● **What the task asks**: Only lines containing "rectangle" are wanted from the data below. Copy those lines.

● **Saved data entries**:
=== Begin Enclosure ===

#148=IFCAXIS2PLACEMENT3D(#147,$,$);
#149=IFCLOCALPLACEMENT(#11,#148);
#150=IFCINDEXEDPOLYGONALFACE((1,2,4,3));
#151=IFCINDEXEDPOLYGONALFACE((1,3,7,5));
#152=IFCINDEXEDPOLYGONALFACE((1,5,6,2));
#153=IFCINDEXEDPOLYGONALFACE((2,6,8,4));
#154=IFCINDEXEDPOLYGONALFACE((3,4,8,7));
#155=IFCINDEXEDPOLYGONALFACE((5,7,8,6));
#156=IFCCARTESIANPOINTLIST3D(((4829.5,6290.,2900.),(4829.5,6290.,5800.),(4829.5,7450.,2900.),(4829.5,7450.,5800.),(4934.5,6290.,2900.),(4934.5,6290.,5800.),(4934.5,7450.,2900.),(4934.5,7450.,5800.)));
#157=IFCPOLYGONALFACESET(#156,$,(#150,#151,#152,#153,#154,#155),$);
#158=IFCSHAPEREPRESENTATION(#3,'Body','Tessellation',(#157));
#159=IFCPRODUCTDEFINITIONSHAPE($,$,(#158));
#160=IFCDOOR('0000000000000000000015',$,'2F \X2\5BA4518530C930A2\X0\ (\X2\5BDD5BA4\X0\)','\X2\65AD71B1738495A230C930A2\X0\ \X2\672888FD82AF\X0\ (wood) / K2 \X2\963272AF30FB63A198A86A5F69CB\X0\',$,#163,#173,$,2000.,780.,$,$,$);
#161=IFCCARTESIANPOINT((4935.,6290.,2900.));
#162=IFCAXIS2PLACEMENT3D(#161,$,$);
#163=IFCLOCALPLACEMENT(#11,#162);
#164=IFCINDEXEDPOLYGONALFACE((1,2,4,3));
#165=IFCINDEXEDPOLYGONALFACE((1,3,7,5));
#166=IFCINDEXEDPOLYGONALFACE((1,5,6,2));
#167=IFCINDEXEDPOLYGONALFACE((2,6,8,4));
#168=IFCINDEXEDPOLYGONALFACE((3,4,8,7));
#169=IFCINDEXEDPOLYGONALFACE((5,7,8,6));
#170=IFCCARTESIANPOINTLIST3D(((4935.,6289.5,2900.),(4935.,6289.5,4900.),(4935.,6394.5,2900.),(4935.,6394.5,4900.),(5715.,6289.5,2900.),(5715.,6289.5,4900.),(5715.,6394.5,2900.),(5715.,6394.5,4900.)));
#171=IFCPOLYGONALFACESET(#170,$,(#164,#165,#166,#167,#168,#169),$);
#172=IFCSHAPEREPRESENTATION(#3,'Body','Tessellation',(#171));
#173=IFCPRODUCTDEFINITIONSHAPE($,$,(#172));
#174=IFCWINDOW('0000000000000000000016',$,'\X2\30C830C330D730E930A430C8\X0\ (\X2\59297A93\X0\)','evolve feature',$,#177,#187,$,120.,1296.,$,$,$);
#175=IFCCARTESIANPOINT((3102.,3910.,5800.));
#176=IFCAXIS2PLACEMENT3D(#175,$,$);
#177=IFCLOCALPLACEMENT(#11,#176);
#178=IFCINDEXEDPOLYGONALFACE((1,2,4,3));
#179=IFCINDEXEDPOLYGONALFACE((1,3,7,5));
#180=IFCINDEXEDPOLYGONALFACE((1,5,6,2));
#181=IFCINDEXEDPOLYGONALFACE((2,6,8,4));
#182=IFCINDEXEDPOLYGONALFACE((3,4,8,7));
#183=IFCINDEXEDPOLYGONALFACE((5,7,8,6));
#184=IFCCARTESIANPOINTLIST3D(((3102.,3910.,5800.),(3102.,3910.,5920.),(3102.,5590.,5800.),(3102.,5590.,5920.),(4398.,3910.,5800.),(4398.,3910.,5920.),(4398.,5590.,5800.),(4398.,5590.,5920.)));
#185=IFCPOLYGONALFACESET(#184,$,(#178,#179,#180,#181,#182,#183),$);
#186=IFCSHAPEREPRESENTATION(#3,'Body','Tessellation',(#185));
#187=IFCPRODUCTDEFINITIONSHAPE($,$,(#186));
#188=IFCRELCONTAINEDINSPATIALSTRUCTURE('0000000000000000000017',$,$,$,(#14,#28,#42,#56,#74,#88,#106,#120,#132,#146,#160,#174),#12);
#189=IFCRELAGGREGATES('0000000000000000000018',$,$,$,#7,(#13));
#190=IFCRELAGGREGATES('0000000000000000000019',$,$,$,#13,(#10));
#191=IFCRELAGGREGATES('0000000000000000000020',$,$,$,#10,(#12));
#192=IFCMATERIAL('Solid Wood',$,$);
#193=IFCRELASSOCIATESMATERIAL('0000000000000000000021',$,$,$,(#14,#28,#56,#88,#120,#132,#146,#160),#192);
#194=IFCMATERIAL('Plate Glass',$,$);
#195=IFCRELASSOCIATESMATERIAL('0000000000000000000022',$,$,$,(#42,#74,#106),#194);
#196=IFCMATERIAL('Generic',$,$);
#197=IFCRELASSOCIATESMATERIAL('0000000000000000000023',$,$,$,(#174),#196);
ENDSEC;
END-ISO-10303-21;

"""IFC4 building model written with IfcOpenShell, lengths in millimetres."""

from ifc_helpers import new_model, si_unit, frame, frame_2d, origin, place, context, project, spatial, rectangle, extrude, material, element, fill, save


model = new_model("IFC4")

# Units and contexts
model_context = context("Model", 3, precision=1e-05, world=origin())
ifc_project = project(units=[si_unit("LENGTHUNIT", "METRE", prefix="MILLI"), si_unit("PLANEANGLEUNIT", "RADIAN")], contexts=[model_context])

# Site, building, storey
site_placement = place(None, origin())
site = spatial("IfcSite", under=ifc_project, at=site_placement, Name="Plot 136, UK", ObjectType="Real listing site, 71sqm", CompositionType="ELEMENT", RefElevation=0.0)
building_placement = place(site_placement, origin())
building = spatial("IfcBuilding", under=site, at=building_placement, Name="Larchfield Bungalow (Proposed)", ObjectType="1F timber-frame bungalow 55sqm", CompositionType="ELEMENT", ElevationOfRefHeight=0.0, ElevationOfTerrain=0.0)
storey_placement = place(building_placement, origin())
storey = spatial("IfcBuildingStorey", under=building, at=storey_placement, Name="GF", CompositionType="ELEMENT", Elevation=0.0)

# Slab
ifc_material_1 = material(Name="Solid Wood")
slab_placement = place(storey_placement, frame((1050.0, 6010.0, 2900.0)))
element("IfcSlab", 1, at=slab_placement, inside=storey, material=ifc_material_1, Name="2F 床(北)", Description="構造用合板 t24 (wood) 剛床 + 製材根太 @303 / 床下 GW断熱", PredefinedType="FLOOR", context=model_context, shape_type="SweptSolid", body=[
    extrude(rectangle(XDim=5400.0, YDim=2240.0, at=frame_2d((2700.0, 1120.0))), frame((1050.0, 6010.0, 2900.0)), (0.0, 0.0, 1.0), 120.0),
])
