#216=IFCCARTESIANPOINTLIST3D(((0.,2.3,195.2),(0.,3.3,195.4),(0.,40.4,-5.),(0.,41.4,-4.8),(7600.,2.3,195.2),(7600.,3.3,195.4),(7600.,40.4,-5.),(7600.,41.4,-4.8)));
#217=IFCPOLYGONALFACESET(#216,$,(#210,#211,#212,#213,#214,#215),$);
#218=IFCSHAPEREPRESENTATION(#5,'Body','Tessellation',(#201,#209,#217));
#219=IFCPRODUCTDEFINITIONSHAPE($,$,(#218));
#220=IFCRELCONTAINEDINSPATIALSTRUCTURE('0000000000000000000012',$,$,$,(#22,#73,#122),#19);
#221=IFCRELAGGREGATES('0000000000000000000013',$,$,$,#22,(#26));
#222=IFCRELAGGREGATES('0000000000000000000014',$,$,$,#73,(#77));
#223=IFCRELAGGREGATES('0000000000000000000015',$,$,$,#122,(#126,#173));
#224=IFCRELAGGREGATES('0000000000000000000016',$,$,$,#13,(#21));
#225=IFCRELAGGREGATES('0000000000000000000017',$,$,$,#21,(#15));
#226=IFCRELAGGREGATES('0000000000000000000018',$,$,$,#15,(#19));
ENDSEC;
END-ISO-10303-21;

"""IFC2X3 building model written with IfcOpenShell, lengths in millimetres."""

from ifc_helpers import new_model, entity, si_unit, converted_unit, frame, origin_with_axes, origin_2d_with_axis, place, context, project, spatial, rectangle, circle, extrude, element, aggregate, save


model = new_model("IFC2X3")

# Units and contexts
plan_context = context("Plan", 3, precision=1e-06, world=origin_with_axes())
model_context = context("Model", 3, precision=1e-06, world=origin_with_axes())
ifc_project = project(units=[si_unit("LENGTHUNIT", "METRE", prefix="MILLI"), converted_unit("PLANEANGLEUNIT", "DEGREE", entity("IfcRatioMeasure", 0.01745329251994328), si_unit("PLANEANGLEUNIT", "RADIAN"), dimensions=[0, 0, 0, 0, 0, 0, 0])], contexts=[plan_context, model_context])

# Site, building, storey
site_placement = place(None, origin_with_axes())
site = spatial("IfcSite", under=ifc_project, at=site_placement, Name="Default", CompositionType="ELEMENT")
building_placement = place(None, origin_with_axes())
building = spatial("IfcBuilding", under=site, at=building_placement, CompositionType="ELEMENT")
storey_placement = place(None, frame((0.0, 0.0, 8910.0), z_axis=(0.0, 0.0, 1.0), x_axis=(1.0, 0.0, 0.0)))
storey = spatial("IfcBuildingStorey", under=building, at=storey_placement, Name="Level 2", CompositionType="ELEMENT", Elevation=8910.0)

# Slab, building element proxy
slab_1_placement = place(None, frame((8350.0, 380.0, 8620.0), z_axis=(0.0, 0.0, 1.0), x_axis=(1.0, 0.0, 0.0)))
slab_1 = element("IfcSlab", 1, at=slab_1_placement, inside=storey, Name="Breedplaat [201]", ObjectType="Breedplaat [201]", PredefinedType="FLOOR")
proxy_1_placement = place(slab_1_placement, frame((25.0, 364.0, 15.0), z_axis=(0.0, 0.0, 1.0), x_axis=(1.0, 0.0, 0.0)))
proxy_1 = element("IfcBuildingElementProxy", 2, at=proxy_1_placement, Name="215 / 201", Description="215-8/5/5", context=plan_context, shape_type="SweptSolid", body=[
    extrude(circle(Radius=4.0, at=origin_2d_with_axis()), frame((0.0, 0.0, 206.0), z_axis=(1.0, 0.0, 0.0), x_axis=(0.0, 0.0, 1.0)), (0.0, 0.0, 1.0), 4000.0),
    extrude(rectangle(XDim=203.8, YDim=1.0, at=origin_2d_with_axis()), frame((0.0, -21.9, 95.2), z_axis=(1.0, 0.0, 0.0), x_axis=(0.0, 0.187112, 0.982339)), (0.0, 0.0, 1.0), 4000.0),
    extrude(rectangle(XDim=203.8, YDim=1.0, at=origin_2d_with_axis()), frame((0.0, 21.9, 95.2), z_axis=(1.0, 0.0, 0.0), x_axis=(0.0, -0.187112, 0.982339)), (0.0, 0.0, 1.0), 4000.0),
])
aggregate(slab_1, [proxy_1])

=== End Enclosure ===

● **Answer space**:
from ifc_helpers import new_model, si_unit, frame, frame_2d, origin, place, context, project, spatial, rectangle, extrude, material, element, fill, save
    extrude(rectangle(XDim=5400.0, YDim=2240.0, at=frame_2d((2700.0, 1120.0))), frame((1050.0, 6010.0, 2900.0)), (0.0, 0.0, 1.0), 120.0),
from ifc_helpers import new_model, entity, si_unit, converted_unit, frame, origin_with_axes, origin_2d_with_axis, place, context, project, spatial, rectangle, circle, extrude, element, aggregate, save
    extrude(rectangle(XDim=203.8, YDim=1.0, at=origin_2d_with_axis()), frame((0.0, -21.9, 95.2), z_axis=(1.0, 0.0, 0.0), x_axis=(0.0, 0.187112, 0.982339)), (0.0, 0.0, 1.0), 4000.0),
    extrude(rectangle(XDim=203.8, YDim=1.0, at=origin_2d_with_axis()), frame((0.0, 21.9, 95.2), z_axis=(1.0, 0.0, 0.0), x_axis=(0.0, -0.187112, 0.982339)), (0.0, 0.0, 1.0), 4000.0),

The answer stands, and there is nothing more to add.